§ What to do
Line filter on the word "PredefinedType": copy each matching line from the entries.

Collected data entries:

++++

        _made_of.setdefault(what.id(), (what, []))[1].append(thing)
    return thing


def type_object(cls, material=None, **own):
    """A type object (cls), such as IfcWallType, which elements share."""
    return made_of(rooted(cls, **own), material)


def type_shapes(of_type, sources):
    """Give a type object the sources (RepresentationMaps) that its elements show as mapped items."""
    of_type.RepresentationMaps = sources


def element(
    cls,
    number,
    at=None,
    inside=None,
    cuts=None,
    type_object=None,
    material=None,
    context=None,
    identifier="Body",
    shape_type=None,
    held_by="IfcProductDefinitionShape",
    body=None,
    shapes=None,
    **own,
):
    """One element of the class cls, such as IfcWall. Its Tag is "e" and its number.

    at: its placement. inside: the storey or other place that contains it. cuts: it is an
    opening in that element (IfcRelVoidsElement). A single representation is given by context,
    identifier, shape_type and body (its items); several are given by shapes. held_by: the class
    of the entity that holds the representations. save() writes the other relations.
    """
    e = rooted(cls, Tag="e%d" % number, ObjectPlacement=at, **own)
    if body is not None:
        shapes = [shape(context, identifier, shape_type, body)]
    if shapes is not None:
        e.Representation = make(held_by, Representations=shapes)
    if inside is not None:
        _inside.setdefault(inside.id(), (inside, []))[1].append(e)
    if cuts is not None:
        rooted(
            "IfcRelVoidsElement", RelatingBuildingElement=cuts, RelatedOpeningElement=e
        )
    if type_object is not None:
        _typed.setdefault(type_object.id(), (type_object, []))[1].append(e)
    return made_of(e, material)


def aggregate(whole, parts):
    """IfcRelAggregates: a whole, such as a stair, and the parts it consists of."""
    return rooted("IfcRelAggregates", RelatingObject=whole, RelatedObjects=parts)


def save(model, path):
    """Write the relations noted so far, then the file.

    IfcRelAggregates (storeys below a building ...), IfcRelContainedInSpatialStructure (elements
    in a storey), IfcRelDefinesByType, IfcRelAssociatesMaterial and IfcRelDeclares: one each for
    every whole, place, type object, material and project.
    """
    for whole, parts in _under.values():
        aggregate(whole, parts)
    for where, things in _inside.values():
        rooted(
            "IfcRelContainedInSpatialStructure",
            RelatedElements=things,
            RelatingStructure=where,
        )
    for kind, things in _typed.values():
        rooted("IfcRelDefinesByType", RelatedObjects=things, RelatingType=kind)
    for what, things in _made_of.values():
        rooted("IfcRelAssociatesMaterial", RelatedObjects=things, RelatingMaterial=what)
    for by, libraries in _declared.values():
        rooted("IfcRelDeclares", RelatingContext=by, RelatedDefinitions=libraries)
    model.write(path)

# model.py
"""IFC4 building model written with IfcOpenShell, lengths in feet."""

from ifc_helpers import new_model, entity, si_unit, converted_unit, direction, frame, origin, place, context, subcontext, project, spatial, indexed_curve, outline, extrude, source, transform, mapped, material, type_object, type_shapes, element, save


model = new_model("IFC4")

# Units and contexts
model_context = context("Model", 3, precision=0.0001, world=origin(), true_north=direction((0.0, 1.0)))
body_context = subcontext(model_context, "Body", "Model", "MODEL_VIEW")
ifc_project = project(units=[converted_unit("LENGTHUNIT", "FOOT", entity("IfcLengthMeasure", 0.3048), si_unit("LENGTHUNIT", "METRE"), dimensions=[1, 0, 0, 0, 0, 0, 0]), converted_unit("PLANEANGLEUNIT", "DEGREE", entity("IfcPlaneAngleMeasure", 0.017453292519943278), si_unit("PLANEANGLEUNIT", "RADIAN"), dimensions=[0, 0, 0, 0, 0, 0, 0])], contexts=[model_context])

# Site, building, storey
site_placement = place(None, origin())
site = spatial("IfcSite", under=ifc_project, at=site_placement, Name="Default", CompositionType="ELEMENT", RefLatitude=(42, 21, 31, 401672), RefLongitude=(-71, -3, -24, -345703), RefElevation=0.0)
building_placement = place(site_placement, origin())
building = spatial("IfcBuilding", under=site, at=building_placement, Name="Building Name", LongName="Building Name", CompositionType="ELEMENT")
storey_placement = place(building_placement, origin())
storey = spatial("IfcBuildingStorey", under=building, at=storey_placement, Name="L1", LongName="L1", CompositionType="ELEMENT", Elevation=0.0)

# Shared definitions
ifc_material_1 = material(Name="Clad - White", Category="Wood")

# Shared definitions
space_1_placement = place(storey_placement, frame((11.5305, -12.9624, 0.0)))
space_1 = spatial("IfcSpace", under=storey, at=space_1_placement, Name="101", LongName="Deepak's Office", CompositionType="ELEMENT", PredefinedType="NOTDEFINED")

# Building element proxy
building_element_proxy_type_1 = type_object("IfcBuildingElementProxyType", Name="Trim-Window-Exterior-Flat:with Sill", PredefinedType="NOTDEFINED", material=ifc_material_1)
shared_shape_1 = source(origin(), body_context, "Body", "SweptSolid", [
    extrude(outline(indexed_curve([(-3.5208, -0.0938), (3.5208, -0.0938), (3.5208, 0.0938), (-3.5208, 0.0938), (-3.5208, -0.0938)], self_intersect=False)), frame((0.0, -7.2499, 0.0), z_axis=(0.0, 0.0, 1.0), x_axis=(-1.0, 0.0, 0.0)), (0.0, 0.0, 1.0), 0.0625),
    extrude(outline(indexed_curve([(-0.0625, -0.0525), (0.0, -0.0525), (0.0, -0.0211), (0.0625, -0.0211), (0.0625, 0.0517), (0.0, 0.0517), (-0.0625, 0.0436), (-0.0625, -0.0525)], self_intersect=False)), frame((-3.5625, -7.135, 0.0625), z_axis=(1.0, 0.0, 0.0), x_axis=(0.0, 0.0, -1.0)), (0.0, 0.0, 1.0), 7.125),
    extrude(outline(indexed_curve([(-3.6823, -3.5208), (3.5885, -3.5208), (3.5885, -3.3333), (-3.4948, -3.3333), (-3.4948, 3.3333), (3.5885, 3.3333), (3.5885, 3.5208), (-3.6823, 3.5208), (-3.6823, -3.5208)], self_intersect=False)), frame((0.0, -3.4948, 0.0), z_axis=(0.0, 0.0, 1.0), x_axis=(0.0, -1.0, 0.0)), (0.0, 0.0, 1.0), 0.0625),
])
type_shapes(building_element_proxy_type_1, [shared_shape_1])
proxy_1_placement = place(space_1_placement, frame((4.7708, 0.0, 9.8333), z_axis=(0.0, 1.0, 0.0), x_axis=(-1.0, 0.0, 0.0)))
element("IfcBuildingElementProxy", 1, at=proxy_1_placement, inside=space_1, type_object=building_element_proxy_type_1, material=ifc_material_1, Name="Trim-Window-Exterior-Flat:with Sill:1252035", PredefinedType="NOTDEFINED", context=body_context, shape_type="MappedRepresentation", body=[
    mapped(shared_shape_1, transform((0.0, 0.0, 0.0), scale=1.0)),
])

++++

§ Completed task
space_1 = spatial("IfcSpace", under=storey, at=space_1_placement, Name="101", LongName="Deepak's Office", CompositionType="ELEMENT", PredefinedType="NOTDEFINED")
building_element_proxy_type_1 = type_object("IfcBuildingElementProxyType", Name="Trim-Window-Exterior-Flat:with Sill", PredefinedType="NOTDEFINED", material=ifc_material_1)
element("IfcBuildingElementProxy", 1, at=proxy_1_placement, inside=space_1, type_object=building_element_proxy_type_1, material=ifc_material_1, Name="Trim-Window-Exterior-Flat:with Sill:1252035", PredefinedType="NOTDEFINED", context=body_context, shape_type="MappedRepresentation", body=[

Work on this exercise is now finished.